#### [Collected data]

--- START ---

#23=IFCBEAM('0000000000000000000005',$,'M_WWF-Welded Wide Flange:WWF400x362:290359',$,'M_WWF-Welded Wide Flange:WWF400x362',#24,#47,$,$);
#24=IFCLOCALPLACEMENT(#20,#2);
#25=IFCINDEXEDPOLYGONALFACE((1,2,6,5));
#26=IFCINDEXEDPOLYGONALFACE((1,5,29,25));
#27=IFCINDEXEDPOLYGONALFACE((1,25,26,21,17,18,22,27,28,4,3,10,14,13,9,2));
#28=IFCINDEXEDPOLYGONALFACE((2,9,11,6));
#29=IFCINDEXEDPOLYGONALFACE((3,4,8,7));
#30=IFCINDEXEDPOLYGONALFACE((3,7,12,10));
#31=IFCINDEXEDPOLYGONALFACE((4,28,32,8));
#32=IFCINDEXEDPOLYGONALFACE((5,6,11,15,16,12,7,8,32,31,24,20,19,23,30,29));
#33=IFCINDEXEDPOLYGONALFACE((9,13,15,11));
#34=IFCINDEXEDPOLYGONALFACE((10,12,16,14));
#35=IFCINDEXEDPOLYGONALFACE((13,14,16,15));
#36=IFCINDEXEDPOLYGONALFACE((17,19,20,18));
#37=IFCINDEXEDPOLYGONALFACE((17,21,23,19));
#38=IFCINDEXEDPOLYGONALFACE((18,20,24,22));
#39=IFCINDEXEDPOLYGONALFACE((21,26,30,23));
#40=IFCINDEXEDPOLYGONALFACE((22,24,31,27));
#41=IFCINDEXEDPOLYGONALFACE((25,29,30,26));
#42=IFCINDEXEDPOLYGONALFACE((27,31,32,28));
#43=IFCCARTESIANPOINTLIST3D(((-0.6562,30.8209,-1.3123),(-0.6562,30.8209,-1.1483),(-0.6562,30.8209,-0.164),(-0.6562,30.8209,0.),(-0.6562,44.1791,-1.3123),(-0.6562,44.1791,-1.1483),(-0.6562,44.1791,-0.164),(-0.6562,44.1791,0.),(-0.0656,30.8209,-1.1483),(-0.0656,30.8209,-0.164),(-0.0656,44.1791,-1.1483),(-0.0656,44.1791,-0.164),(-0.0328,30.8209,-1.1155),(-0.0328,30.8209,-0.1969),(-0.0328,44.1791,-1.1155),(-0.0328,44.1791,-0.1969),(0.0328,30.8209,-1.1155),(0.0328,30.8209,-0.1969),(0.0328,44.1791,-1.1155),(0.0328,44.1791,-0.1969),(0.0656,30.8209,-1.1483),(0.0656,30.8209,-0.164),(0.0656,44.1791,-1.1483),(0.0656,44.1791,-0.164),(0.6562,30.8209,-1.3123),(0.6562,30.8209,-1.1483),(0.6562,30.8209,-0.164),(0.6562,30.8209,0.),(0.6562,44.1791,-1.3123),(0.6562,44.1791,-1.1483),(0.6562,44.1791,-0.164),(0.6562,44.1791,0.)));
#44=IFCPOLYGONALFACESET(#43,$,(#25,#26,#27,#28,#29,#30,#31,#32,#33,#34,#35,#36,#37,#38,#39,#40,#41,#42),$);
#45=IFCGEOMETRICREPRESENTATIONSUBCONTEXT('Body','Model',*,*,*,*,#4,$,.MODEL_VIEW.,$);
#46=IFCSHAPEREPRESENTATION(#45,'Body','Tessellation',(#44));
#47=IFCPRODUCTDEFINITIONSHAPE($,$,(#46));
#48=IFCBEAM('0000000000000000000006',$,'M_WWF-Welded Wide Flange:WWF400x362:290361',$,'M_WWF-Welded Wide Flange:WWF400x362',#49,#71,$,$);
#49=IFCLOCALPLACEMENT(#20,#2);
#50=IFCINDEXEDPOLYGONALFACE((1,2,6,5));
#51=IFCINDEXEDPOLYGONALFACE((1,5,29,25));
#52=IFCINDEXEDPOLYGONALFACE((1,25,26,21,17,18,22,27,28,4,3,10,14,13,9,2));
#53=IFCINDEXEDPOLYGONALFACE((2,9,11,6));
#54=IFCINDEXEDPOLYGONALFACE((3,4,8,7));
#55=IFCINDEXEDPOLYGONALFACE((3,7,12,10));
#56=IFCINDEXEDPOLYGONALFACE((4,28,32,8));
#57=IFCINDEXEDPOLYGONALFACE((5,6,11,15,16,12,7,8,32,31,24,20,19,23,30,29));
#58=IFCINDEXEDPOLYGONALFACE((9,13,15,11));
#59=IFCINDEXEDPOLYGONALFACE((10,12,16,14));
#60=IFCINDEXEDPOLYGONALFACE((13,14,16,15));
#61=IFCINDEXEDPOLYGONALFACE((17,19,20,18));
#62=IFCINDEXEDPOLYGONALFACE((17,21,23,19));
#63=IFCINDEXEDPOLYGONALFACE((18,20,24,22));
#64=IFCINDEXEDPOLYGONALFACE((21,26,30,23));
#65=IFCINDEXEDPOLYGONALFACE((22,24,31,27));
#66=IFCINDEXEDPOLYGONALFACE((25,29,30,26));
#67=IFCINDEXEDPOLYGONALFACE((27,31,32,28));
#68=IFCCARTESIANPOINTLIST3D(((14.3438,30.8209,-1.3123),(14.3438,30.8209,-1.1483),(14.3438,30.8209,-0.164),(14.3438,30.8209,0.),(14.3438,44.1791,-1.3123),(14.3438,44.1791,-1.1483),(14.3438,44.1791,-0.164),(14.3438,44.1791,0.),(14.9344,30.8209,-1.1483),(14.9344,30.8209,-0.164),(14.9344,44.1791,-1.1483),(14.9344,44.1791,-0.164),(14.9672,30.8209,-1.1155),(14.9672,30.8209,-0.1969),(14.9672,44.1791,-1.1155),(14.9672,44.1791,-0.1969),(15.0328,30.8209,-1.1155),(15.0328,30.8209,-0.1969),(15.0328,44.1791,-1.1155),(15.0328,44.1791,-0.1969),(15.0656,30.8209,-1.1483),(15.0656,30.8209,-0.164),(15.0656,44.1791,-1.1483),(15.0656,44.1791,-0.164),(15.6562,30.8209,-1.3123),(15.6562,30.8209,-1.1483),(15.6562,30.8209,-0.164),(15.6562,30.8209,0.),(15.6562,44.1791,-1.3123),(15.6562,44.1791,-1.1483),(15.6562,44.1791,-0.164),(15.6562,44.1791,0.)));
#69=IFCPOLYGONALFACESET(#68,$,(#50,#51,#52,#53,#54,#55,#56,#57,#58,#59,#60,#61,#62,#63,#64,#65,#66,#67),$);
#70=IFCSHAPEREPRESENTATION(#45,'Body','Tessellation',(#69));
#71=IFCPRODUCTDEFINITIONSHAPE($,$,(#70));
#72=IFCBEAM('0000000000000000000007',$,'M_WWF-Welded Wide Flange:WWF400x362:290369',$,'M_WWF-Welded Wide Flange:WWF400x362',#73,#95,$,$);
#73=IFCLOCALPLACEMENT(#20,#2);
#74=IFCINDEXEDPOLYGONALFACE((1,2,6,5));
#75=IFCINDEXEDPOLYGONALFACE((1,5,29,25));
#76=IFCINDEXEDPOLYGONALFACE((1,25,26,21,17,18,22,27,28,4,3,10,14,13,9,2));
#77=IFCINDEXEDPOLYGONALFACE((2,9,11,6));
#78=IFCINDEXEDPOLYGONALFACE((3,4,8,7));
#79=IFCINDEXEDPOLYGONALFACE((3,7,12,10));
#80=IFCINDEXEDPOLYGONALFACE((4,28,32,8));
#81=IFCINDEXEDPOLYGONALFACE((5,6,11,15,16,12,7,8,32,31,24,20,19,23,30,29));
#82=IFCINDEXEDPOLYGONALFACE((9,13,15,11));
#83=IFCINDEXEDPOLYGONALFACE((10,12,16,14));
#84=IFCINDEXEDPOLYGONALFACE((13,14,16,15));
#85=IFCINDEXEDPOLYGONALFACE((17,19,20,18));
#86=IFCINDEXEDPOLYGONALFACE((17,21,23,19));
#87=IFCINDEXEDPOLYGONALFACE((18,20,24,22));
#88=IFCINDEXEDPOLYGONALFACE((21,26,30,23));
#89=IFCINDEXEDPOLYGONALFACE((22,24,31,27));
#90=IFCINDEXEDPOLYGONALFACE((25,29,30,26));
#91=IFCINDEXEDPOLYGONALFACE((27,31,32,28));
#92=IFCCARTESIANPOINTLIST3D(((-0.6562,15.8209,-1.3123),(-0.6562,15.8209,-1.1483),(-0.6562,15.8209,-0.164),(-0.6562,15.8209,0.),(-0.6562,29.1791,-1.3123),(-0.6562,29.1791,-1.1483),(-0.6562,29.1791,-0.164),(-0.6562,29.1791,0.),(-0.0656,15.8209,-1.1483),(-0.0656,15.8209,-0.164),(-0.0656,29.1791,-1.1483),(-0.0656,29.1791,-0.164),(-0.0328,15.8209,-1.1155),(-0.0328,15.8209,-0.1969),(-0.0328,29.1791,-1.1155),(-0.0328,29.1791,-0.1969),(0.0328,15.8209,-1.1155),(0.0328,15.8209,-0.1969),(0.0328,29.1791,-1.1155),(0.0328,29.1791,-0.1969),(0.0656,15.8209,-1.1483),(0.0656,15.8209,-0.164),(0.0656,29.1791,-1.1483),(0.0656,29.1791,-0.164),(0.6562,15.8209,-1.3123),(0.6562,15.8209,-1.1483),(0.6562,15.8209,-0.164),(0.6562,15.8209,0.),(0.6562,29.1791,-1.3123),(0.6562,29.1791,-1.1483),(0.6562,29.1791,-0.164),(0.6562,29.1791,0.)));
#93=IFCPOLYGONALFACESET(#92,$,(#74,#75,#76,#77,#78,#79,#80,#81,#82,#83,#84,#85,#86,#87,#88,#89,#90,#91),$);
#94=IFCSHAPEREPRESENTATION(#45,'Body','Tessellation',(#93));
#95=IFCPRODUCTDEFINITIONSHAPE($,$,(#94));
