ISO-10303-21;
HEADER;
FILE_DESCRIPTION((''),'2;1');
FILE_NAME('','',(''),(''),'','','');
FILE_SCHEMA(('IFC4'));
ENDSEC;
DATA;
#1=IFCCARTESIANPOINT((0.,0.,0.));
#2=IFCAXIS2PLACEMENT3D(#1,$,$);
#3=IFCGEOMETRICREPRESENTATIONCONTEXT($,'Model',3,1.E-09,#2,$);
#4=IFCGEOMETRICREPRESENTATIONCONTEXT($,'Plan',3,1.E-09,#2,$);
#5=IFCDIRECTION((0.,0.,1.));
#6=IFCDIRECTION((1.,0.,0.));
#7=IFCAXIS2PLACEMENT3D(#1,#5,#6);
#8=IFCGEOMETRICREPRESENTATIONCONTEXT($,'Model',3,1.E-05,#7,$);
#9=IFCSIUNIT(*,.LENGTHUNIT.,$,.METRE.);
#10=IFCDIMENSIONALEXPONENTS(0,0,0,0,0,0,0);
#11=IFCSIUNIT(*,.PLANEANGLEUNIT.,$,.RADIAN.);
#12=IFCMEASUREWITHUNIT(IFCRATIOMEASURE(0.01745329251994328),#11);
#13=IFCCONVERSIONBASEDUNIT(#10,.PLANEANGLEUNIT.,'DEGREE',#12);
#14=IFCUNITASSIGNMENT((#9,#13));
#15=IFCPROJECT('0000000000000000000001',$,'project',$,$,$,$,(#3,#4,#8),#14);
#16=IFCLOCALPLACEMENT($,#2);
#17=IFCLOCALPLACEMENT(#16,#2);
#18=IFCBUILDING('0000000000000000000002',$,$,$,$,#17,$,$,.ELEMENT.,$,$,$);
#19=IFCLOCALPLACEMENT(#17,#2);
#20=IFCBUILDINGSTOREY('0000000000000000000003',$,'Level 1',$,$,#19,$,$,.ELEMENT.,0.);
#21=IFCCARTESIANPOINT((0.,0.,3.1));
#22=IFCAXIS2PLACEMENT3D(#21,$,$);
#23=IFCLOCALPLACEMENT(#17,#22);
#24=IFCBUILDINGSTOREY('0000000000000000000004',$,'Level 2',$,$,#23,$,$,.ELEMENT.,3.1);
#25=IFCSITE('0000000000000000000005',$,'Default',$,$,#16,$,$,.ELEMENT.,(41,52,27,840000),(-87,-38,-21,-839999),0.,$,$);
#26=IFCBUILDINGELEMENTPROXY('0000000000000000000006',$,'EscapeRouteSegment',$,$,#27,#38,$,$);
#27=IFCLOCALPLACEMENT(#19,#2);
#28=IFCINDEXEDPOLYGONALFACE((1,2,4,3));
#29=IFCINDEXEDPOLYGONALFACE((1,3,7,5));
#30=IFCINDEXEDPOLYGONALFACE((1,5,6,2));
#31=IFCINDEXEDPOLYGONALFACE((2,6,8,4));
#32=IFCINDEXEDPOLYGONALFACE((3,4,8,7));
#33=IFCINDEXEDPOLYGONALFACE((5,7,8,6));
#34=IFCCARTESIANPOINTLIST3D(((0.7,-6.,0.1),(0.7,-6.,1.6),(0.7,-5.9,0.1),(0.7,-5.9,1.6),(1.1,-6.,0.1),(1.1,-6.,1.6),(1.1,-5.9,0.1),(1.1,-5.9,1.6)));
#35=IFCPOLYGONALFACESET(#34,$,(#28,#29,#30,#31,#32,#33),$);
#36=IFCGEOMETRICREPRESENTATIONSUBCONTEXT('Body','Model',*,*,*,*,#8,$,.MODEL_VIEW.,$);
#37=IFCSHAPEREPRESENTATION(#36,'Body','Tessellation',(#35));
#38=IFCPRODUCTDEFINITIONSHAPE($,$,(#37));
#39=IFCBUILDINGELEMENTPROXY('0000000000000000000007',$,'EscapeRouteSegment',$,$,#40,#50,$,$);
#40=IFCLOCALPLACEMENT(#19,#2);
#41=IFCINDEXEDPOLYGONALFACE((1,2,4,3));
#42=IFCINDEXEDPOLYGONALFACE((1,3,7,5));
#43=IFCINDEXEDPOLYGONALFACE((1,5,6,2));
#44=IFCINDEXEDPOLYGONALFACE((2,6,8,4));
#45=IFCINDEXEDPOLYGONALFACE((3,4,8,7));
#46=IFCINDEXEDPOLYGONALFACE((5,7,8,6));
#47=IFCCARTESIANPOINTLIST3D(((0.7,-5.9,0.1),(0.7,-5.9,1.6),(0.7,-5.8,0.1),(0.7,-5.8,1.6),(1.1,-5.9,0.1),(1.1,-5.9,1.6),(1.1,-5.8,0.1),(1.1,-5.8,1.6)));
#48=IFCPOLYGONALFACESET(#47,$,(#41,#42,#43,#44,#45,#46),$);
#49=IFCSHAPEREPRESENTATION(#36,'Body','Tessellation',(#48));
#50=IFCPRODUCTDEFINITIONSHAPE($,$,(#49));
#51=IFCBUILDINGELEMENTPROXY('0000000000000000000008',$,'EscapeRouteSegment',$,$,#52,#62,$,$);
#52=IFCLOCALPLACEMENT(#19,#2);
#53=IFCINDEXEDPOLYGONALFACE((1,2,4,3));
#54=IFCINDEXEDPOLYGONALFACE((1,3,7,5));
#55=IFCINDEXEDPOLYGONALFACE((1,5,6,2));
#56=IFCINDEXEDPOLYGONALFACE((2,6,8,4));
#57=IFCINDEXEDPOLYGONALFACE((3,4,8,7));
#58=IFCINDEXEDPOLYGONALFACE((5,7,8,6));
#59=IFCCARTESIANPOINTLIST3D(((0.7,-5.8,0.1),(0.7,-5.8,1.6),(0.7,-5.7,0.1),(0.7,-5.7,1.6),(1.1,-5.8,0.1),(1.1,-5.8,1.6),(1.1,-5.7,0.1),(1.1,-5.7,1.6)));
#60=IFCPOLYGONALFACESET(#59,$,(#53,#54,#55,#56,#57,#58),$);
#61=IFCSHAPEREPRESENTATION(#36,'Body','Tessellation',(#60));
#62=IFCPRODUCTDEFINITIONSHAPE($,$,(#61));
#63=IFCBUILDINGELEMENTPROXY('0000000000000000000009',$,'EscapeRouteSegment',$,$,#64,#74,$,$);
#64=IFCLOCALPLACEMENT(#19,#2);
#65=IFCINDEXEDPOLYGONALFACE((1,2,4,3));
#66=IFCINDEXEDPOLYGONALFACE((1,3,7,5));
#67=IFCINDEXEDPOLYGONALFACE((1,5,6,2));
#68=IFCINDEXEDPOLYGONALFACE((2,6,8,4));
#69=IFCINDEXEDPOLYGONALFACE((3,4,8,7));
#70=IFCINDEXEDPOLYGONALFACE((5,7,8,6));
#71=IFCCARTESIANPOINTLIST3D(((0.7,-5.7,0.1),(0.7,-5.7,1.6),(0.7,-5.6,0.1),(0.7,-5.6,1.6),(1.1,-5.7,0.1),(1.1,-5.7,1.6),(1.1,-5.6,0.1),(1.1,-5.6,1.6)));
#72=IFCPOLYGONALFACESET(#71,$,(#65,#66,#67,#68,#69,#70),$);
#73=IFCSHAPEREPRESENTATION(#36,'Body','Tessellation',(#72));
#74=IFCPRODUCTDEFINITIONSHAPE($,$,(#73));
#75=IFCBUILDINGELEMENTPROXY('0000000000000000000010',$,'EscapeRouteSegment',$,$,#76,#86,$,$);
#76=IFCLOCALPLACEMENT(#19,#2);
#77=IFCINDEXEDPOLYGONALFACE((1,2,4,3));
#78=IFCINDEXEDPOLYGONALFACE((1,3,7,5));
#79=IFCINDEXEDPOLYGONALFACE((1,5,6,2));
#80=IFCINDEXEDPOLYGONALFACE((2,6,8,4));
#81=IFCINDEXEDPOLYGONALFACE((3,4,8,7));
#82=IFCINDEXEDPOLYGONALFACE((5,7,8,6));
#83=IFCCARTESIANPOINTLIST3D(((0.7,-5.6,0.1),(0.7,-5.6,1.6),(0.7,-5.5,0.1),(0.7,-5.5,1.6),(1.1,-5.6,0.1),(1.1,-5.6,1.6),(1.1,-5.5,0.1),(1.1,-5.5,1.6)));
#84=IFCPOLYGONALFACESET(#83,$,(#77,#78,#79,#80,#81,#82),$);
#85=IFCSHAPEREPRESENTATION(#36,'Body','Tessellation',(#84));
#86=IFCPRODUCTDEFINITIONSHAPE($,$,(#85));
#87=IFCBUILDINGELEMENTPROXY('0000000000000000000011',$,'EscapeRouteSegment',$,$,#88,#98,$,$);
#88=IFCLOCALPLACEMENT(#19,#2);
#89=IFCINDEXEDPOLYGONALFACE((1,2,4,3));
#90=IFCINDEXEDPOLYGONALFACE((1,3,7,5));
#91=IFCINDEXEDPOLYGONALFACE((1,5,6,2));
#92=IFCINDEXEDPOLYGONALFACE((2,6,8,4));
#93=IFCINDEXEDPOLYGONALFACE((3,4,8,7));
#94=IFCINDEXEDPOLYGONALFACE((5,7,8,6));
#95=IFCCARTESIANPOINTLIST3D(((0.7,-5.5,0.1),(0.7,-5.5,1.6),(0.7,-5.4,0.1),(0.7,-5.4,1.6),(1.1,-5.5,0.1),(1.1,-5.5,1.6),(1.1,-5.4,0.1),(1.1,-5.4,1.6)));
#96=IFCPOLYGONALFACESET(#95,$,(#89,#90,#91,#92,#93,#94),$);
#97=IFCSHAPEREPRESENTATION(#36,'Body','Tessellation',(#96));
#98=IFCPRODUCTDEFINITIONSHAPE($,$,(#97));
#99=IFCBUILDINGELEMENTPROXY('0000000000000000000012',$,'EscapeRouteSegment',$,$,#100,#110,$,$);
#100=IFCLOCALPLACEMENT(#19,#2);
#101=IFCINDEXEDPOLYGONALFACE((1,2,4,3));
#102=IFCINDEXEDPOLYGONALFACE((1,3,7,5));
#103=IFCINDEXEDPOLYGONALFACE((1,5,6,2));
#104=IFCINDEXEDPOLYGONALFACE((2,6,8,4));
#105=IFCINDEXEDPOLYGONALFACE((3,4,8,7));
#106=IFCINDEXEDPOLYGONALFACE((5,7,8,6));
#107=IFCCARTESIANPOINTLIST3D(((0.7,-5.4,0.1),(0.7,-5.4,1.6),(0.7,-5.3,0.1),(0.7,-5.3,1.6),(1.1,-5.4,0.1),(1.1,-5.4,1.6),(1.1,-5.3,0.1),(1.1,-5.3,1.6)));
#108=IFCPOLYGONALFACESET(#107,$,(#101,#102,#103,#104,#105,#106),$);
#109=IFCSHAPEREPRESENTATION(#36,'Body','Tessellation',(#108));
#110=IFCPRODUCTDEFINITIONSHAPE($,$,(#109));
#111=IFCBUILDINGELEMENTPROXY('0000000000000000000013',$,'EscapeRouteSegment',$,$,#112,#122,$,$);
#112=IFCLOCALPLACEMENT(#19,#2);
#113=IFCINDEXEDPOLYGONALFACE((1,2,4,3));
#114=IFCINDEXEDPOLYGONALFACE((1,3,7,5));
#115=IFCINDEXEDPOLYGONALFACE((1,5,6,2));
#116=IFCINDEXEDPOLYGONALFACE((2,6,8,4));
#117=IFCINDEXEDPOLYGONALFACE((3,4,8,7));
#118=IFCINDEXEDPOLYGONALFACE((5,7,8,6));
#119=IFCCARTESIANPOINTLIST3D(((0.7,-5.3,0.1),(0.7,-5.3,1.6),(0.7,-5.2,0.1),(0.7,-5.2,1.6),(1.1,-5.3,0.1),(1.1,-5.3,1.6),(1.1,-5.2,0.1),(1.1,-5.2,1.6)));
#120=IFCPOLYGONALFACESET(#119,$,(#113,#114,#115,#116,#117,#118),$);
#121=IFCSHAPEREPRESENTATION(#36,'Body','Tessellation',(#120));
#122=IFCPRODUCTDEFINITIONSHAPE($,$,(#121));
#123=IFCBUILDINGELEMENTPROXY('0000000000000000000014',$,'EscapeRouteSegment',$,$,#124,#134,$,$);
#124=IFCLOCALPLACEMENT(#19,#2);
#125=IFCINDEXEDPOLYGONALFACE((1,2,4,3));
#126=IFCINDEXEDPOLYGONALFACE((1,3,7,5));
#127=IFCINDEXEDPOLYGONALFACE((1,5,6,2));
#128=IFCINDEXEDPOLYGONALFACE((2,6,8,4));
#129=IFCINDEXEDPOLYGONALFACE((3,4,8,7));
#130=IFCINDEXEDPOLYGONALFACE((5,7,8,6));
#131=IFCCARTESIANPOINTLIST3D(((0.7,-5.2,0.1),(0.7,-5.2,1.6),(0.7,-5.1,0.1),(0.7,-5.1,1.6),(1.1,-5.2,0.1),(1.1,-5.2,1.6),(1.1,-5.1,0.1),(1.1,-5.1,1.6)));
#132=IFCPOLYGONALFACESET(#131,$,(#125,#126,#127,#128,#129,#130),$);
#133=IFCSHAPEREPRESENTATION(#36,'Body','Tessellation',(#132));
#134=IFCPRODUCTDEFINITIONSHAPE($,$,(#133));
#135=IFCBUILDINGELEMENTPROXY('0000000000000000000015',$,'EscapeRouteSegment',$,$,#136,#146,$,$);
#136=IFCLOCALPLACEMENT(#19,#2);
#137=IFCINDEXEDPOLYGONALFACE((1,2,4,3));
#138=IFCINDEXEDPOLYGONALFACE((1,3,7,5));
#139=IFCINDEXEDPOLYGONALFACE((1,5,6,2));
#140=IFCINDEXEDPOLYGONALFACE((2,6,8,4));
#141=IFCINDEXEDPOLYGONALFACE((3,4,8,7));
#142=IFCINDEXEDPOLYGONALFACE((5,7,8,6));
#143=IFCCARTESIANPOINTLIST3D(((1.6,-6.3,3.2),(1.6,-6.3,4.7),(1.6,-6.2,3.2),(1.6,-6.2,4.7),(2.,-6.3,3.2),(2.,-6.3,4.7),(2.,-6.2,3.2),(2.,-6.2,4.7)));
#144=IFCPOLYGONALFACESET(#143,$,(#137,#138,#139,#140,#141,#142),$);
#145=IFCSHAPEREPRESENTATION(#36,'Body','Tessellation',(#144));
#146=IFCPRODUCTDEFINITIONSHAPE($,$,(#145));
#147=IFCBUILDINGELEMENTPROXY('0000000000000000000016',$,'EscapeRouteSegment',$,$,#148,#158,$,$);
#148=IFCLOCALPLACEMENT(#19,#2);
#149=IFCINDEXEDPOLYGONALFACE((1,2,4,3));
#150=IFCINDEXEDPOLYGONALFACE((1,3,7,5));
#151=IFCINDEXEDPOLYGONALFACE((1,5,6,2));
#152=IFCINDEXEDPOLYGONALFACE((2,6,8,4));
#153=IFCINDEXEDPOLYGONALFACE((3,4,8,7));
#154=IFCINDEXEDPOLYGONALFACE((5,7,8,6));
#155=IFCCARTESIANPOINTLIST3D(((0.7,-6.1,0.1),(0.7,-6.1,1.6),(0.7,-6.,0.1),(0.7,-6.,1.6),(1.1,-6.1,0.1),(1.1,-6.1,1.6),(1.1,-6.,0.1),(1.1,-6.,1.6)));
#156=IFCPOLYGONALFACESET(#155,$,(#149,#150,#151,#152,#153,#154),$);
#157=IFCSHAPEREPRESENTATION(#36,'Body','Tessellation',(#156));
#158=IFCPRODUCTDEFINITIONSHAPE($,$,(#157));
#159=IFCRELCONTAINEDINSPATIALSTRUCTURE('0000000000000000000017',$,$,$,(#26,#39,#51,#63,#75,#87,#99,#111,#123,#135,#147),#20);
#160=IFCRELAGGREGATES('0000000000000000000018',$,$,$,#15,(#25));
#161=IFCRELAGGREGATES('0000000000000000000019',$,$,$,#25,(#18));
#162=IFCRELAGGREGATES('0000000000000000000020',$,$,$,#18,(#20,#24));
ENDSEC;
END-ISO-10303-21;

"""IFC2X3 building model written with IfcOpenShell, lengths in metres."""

from ifc_helpers import new_model, entity, si_unit, converted_unit, frame, origin, origin_with_axes, place, context, subcontext, project, spatial, polyline, outline, extrude, element, save


model = new_model("IFC2X3")

# Units and contexts
model_context_1 = context("Model", 3, precision=1e-09, world=origin())
plan_context = context("Plan", 3, precision=1e-09, world=origin())
model_context_2 = context("Model", 3, precision=1e-05, world=origin_with_axes())
body_context = subcontext(model_context_2, "Body", "Model", "MODEL_VIEW")
ifc_project = project(units=[si_unit("LENGTHUNIT", "METRE"), converted_unit("PLANEANGLEUNIT", "DEGREE", entity("IfcRatioMeasure", 0.01745329251994328), si_unit("PLANEANGLEUNIT", "RADIAN"), dimensions=[0, 0, 0, 0, 0, 0, 0])], contexts=[model_context_1, plan_context, model_context_2])

# Site, building, storey
site_placement = place(None, origin())
site = spatial("IfcSite", under=ifc_project, at=site_placement, Name="Default", CompositionType="ELEMENT", RefLatitude=(41, 52, 27, 840000), RefLongitude=(-87, -38, -21, -839999), RefElevation=0.0)
building_placement = place(site_placement, origin())
building = spatial("IfcBuilding", under=site, at=building_placement, CompositionType="ELEMENT")
storey_1_placement = place(building_placement, origin())
storey_1 = spatial("IfcBuildingStorey", under=building, at=storey_1_placement, Name="Level 1", CompositionType="ELEMENT", Elevation=0.0)

# Shared definitions
storey_2_placement = place(building_placement, frame((0.0, 0.0, 3.1)))
storey_2 = spatial("IfcBuildingStorey", under=building, at=storey_2_placement, Name="Level 2", CompositionType="ELEMENT", Elevation=3.1)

--- END ---

#### [WORK INSTRUCTION]
Could you restate word for word the lines above, from the one that contains "#37=IFCSHAPEREPRESENTATION(#36,'Body','Tessellation',(#35));" through the one that contains "#44=IFCINDEXEDPOLYGONALFACE((2,6,8,4));", and no others?

#### [OUTPUT BELOW]
#37=IFCSHAPEREPRESENTATION(#36,'Body','Tessellation',(#35));
#38=IFCPRODUCTDEFINITIONSHAPE($,$,(#37));
#39=IFCBUILDINGELEMENTPROXY('0000000000000000000007',$,'EscapeRouteSegment',$,$,#40,#50,$,$);
#40=IFCLOCALPLACEMENT(#19,#2);
#41=IFCINDEXEDPOLYGONALFACE((1,2,4,3));
#42=IFCINDEXEDPOLYGONALFACE((1,3,7,5));
#43=IFCINDEXEDPOLYGONALFACE((1,5,6,2));
#44=IFCINDEXEDPOLYGONALFACE((2,6,8,4));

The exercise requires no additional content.